▶ [DESCRIPTION OF THE TASK]
Pull out every line in the data that has the string "bath" in it.

(Dataset entries)
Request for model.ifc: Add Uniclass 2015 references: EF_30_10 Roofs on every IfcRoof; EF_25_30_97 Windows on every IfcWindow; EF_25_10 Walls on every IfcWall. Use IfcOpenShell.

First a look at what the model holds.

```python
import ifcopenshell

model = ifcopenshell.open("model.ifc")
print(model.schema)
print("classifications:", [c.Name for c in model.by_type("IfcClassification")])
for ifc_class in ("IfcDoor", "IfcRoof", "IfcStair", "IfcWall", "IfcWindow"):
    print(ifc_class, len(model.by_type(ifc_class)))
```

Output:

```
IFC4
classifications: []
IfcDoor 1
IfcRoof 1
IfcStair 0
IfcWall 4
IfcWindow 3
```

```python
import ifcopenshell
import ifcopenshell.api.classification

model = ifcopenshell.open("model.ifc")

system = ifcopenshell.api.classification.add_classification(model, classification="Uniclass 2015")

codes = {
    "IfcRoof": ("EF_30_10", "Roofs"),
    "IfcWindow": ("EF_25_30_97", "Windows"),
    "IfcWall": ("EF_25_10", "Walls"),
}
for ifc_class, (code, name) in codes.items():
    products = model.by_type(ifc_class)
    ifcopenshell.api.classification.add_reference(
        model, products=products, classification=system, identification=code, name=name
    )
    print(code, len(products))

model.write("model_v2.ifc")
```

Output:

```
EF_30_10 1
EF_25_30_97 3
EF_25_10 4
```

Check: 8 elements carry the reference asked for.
...
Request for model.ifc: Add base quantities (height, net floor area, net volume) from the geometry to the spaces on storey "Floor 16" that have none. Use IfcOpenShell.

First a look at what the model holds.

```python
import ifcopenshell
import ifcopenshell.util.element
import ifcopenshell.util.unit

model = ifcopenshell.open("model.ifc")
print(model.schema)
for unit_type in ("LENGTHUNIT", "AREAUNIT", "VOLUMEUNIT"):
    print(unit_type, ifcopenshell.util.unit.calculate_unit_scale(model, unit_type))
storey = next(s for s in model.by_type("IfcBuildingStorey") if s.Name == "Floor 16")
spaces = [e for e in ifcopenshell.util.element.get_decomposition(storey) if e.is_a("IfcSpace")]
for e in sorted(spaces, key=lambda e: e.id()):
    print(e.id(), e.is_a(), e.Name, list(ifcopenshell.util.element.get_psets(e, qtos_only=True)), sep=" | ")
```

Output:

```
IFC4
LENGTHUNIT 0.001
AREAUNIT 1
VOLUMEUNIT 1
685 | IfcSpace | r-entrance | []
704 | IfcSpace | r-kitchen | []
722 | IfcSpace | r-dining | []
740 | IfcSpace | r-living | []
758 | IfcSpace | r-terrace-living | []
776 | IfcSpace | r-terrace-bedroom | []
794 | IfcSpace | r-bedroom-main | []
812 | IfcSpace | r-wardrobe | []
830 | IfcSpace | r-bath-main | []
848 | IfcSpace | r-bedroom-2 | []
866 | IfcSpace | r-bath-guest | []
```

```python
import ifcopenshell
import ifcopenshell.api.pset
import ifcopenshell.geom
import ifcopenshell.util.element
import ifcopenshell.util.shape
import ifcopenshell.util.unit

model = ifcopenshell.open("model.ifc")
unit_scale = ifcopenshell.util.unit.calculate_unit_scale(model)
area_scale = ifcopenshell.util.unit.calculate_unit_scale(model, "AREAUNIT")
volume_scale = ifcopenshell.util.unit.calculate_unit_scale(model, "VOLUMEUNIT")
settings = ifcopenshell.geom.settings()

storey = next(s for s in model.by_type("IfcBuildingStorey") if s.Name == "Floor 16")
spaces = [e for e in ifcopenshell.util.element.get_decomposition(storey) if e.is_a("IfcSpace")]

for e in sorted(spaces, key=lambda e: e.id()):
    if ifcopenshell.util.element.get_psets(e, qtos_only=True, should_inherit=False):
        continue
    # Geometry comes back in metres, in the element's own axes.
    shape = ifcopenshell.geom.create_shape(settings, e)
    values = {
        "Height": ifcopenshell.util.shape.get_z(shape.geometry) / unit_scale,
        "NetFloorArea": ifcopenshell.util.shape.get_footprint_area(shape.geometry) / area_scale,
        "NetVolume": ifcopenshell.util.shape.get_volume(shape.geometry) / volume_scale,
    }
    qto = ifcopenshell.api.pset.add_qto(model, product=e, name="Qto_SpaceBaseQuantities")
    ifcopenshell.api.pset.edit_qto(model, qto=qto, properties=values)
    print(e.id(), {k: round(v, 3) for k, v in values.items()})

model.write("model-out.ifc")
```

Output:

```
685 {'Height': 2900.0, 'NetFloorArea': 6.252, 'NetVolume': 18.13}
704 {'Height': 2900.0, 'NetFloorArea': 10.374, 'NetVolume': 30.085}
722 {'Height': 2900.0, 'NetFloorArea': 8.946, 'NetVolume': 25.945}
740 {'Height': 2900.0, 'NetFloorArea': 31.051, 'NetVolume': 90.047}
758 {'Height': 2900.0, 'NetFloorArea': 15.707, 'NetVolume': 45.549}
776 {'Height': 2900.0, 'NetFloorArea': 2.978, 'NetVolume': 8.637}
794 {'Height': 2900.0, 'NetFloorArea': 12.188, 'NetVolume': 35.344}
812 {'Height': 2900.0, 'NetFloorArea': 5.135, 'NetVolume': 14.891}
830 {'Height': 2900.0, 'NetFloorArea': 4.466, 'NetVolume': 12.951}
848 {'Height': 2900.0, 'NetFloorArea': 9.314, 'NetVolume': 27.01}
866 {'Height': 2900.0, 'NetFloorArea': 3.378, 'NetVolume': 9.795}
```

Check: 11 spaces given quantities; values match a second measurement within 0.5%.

▶ [TASK RESULT]
830 | IfcSpace | r-bath-main | []
866 | IfcSpace | r-bath-guest | []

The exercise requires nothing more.